++++ Records provided

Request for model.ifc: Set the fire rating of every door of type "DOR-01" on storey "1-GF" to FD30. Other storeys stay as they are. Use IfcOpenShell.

First a look at what the model holds.

```python
import ifcopenshell
import ifcopenshell.util.element

model = ifcopenshell.open("model.ifc")
print(model.schema)
storey = next(s for s in model.by_type("IfcBuildingStorey") if s.Name == "1-GF")
doors = [e for e in ifcopenshell.util.element.get_decomposition(storey) if e.is_a("IfcDoor")]
seen = {}
for e in doors:
    element_type = ifcopenshell.util.element.get_type(e)
    key = (element_type.Name if element_type != e and element_type else None, ifcopenshell.util.element.get_pset(e, "Pset_DoorCommon", "FireRating"))
    seen[key] = seen.get(key, 0) + 1
for (name, value), count in sorted(seen.items(), key=str):
    print(count, "x", name, "|", value)
```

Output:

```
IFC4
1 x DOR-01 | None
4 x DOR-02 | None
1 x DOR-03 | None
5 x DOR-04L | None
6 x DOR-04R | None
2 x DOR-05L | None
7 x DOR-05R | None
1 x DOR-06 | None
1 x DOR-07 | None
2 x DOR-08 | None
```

```python
import ifcopenshell
import ifcopenshell.api.pset
import ifcopenshell.util.element

model = ifcopenshell.open("model.ifc")

storey = next(s for s in model.by_type("IfcBuildingStorey") if s.Name == "1-GF")
doors = [e for e in ifcopenshell.util.element.get_decomposition(storey) if e.is_a("IfcDoor")]

count = 0
for e in doors:
    element_type = ifcopenshell.util.element.get_type(e)
    if element_type in (None, e) or element_type.Name != "DOR-01":
        continue
    # add_pset returns the element's existing set when there is one.
    pset = ifcopenshell.api.pset.add_pset(model, product=e, name="Pset_DoorCommon")
    ifcopenshell.api.pset.edit_pset(model, pset=pset, properties={"FireRating": "FD30"})
    count += 1

print(count, "doors updated")

model.write("model_rev.ifc")
```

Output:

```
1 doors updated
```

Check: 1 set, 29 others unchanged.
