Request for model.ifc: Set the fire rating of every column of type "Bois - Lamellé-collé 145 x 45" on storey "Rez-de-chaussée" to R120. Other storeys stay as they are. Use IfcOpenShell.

First a look at what the model holds.

```python
import ifcopenshell
import ifcopenshell.util.element

model = ifcopenshell.open("model.ifc")
print(model.schema)
storey = next(s for s in model.by_type("IfcBuildingStorey") if s.Name == "Rez-de-chaussée")
columns = [e for e in ifcopenshell.util.element.get_decomposition(storey) if e.is_a("IfcColumn")]
seen = {}
for e in columns:
    element_type = ifcopenshell.util.element.get_type(e)
    key = (element_type.Name if element_type != e and element_type else None, ifcopenshell.util.element.get_pset(e, "Pset_ColumnCommon", "FireRating"))
    seen[key] = seen.get(key, 0) + 1
for (name, value), count in sorted(seen.items(), key=str):
    print(count, "x", name, "|", value)
```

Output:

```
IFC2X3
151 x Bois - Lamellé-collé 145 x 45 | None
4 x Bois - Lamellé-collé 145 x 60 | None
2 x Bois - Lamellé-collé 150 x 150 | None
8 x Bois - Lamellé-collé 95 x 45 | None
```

```python
import ifcopenshell
import ifcopenshell.api.pset
import ifcopenshell.util.element

model = ifcopenshell.open("model.ifc")

storey = next(s for s in model.by_type("IfcBuildingStorey") if s.Name == "Rez-de-chaussée")
columns = [e for e in ifcopenshell.util.element.get_decomposition(storey) if e.is_a("IfcColumn")]

count = 0
for e in columns:
    element_type = ifcopenshell.util.element.get_type(e)
    if element_type in (None, e) or element_type.Name != "Bois - Lamellé-collé 145 x 45":
        continue
    # add_pset returns the element's existing set when there is one.
    pset = ifcopenshell.api.pset.add_pset(model, product=e, name="Pset_ColumnCommon")
    ifcopenshell.api.pset.edit_pset(model, pset=pset, properties={"FireRating": "R120"})
    count += 1

print(count, "columns updated")

model.write("model_rev.ifc")
```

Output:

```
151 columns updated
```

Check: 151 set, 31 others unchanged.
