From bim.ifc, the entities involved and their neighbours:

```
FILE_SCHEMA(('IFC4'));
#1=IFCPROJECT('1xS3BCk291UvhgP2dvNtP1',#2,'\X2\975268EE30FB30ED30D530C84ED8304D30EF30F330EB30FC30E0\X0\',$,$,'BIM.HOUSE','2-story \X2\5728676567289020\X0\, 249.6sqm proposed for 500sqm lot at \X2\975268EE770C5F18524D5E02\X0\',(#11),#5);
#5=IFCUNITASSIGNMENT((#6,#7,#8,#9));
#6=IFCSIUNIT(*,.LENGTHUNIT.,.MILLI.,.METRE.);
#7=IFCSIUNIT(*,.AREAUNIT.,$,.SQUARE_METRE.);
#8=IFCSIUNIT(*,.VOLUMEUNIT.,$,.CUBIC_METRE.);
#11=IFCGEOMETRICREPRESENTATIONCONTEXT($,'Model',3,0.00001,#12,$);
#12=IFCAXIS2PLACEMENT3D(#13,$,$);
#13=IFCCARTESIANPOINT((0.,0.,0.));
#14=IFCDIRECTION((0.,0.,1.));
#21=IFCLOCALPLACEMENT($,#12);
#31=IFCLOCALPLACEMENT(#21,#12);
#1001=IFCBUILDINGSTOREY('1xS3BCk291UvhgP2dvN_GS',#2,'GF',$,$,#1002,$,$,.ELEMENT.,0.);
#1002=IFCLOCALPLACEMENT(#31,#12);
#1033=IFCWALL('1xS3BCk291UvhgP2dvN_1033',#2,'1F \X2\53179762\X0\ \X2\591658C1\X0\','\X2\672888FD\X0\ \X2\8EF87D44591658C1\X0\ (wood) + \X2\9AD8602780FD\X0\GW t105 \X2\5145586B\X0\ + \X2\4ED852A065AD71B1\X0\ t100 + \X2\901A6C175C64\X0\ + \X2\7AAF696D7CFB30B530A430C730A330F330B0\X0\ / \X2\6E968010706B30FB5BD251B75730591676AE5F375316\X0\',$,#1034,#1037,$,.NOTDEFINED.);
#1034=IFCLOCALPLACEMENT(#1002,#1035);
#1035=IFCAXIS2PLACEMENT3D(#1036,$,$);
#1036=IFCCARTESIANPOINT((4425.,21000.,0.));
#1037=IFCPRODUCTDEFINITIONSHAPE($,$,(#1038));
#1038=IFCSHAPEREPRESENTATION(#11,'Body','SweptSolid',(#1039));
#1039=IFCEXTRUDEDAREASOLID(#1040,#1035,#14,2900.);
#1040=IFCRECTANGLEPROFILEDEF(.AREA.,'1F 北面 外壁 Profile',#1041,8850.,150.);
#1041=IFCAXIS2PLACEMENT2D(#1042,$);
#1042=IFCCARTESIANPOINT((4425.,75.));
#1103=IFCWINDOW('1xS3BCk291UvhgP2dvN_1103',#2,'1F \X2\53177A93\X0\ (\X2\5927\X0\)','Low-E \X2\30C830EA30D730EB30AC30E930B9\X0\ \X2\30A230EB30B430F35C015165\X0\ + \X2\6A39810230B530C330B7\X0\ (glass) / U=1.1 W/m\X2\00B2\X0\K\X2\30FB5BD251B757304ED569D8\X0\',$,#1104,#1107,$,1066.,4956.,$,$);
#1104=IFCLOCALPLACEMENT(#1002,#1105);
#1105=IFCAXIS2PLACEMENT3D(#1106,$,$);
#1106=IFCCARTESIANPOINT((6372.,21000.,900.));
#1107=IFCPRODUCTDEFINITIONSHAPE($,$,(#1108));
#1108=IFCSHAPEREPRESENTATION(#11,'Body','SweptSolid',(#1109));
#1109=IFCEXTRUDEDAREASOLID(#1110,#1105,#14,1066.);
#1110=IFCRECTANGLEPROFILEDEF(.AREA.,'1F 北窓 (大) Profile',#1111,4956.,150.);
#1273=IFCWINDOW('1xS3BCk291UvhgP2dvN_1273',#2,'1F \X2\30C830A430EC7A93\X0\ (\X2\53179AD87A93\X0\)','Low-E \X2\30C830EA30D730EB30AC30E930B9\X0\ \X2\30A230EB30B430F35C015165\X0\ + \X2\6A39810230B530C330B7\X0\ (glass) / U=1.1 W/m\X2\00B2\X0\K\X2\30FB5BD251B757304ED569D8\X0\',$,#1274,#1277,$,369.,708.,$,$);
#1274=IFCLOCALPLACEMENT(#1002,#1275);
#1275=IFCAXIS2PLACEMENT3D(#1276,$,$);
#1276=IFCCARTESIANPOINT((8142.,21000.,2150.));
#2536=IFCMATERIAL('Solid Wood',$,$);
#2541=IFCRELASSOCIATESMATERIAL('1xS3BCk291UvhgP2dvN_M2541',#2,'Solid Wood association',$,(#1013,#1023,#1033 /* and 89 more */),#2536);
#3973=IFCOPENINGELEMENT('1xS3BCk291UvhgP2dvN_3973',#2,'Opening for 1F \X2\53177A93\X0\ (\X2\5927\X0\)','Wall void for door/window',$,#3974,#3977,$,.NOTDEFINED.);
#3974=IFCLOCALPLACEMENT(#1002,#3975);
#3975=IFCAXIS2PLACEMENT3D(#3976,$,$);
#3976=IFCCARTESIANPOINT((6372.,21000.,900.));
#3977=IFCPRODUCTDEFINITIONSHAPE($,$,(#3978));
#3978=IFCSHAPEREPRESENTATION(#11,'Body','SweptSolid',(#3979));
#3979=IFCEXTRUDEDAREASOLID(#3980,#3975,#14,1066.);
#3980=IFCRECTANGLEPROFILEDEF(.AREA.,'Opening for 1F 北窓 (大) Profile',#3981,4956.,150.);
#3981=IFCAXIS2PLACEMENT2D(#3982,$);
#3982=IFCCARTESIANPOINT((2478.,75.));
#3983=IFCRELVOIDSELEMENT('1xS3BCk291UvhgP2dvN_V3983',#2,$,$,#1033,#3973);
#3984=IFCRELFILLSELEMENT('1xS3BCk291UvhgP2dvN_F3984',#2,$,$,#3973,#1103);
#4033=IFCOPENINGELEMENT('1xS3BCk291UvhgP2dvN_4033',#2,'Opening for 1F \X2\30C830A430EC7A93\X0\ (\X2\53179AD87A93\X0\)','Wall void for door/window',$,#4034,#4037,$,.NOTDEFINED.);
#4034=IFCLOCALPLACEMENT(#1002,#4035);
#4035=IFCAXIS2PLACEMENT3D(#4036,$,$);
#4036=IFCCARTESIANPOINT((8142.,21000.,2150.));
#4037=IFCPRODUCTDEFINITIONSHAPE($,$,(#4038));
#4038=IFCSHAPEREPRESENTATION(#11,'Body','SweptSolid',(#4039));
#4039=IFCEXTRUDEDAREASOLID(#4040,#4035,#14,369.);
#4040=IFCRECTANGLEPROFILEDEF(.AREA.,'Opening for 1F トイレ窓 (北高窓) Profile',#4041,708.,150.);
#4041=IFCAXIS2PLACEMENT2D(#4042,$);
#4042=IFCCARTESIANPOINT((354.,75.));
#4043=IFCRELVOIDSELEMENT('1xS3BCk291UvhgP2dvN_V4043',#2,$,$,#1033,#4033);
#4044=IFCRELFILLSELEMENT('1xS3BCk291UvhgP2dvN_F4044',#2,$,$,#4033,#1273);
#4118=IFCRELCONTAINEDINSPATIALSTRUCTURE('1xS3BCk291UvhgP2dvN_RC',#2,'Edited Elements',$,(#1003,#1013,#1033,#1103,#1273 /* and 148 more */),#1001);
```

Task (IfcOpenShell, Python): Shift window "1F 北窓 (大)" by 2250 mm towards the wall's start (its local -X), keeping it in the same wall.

```python
import ifcopenshell
import ifcopenshell.api.geometry
import ifcopenshell.util.placement
import ifcopenshell.util.unit

model = ifcopenshell.open("bim.ifc")
unit_scale = ifcopenshell.util.unit.calculate_unit_scale(model)

window = model.by_guid("1xS3BCk291UvhgP2dvN_1103")
opening = window.FillsVoids[0].RelatingOpeningElement
wall = opening.VoidsElements[0].RelatingBuildingElement

wall_matrix = ifcopenshell.util.placement.get_local_placement(wall.ObjectPlacement)
shift = wall_matrix[:3, 0] * -2.25 / unit_scale
before = ifcopenshell.util.placement.get_local_placement(window.ObjectPlacement)[:3, 3].copy()

# The window is not placed relative to its opening, so move both.
for product in (opening, window):
    matrix = ifcopenshell.util.placement.get_local_placement(product.ObjectPlacement)
    matrix[:3, 3] += shift
    ifcopenshell.api.geometry.edit_object_placement(model, product=product, matrix=matrix, is_si=False)

after = ifcopenshell.util.placement.get_local_placement(window.ObjectPlacement)[:3, 3]
print("window moved by", (after - before).round(3) + 0.0)

model.write("bim_v2.ifc")
```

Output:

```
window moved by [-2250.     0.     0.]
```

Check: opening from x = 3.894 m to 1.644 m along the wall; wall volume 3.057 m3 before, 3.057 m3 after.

++++++++

Description of the task
Every line in the data that holds "unchanged" should be copied out.

Your response
Check: 1 set, 29 others unchanged.
Check: 151 set, 31 others unchanged.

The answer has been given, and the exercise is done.